Yes. But it's VMO-16 when in ECON.


Quote from: emerydc8 on Wed,  2 Nov 2016 09:12
Then, if the increased speed won't allow you to stay exactly on path, it will allow you to rise up to 150" above path before speed reversion occurs. Only then will it go to IDLE/HOLD||VNAV SPD.

Most likely 150. But it certainly includes closure rates and other dampening variables.


I'm not going to change the logic. Just the PTH pitch control.


|-|ardy

emerydc8

QuoteYes. But it's VMO-16 when in ECON.

Thanks, Hardy. You're right. It will go up to VMO-11 (354 knots) only if it is a pilot-entered speed, which no one ever enters. So, VMO-16 it is.

Quote
I'm not going to change the logic. Just the PTH pitch control.

I think you are right in making the path deviation zero. Also, the situation where it would have to rise up to 150' above the path after reaching VMO-16, or target +15 below the first speed constraint, would likely be rare enough anyway; so that' feature would not normally be observed, unless you went out of your way to add a large tailwind during descent, just to see what it would do.

Jon

Hardy Heinlin

By the way, it's pretty easy to reach VMO-16 even without unexpected tailwinds if you have a high cost index that puts you near VMO, especially at very high altitudes where your Mach number hasn't much room between the red "coffin corners".


|-|ardy

emerydc8

True.
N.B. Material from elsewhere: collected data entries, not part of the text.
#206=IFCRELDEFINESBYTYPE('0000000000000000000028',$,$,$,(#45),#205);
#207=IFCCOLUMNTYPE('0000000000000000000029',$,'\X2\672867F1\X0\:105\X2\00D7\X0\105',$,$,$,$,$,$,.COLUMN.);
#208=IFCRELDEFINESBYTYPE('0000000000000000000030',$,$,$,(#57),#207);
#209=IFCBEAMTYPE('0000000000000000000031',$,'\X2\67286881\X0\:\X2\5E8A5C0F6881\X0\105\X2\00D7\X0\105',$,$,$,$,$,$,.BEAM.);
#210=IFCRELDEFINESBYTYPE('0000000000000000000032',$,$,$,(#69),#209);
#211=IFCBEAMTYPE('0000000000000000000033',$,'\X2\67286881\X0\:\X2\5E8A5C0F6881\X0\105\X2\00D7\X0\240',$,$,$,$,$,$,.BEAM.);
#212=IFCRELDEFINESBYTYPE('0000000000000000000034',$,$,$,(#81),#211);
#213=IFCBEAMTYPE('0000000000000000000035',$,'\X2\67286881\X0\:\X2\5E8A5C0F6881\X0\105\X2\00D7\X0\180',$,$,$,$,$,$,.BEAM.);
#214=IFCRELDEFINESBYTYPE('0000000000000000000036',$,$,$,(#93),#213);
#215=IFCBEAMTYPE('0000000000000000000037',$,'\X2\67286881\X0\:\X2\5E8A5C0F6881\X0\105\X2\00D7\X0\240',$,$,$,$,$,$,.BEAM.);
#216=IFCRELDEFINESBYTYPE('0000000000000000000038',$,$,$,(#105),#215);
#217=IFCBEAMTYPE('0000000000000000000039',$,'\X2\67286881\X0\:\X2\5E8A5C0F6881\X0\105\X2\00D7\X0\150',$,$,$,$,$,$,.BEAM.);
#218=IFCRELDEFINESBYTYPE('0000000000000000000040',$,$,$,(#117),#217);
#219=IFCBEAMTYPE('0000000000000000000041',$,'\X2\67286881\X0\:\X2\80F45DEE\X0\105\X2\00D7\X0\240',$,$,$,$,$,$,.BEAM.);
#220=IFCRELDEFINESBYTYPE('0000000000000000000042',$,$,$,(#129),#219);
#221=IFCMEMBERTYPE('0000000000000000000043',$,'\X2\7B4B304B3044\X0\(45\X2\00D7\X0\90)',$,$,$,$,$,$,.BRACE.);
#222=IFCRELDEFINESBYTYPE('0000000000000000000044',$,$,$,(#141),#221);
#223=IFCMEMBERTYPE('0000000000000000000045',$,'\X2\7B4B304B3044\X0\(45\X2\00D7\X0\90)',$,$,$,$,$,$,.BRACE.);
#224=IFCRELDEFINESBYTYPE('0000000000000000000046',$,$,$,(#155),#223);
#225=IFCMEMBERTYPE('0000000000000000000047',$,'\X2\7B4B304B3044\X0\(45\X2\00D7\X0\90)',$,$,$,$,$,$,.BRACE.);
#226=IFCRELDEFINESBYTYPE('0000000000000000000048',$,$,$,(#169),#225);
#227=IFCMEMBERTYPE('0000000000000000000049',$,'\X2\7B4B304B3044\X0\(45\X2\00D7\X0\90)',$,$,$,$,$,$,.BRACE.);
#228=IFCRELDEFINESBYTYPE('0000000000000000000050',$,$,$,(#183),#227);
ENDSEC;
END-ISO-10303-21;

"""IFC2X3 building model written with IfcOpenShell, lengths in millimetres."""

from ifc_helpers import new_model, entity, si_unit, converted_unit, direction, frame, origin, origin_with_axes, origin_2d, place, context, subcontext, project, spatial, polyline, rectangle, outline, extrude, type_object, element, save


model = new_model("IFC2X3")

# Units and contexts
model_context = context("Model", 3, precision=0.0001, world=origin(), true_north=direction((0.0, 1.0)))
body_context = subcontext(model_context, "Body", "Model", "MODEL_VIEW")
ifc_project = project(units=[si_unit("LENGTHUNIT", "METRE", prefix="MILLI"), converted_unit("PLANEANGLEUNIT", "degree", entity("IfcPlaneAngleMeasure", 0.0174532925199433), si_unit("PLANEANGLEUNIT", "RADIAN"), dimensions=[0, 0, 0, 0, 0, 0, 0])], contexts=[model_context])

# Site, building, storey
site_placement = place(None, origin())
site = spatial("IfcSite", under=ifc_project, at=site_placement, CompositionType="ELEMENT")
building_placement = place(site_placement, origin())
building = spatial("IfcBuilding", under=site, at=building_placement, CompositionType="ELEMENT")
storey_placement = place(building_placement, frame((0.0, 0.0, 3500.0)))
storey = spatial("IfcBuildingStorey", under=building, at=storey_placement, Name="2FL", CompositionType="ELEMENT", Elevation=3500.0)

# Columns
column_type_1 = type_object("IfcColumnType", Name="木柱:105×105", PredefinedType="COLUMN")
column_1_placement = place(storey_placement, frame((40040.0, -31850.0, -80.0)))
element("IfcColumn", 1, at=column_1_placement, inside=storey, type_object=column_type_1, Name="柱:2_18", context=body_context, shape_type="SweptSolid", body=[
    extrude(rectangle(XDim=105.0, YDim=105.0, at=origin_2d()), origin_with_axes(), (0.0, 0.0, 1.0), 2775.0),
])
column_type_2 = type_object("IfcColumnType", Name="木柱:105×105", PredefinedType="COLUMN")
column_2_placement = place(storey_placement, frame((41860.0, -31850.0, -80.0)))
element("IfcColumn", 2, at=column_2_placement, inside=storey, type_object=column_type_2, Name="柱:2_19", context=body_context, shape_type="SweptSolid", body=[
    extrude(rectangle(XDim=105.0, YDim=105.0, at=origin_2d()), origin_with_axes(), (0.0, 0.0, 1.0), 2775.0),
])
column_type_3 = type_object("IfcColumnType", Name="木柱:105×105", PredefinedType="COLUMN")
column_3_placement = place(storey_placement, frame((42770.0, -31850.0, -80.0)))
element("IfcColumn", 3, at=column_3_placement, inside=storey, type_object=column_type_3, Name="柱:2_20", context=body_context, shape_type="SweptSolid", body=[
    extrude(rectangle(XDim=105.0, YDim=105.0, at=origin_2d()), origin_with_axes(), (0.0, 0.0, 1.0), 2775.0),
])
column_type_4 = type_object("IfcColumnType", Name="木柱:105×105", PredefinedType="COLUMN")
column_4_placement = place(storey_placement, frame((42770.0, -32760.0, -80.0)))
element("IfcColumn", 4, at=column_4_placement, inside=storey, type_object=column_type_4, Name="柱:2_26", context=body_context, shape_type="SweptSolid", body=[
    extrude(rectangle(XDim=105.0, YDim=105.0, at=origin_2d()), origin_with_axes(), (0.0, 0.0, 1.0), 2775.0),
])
Although with the low cost index my airline uses, the only time you'd be cruising anywhere near VMO would be if you are higher than you should be or you manually inserted a higer speed into the VNAV page 2/3 or speed intervened.

Will

Will /Chicago /USA

emerydc8


Will

So for 030-040, do that usually round it off somehow, like 030, 035, and 040? Or do they give you the full range of possible integers: 030, 031, 032, 033, etc.?
Will /Chicago /USA

andrej

Quote from: emerydc8 on Thu,  3 Nov 2016 18:49
030 - 040.

You guys are flying slow. But hey...at least you are little longer in the cockpit. ;)
Andrej

emerydc8

QuoteSo for 030-040, do that usually round it off somehow, like 030, 035, and 040? Or do they give you the full range of possible integers: 030, 031, 032, 033, etc.?

Whatever is on the flight plan is what we use.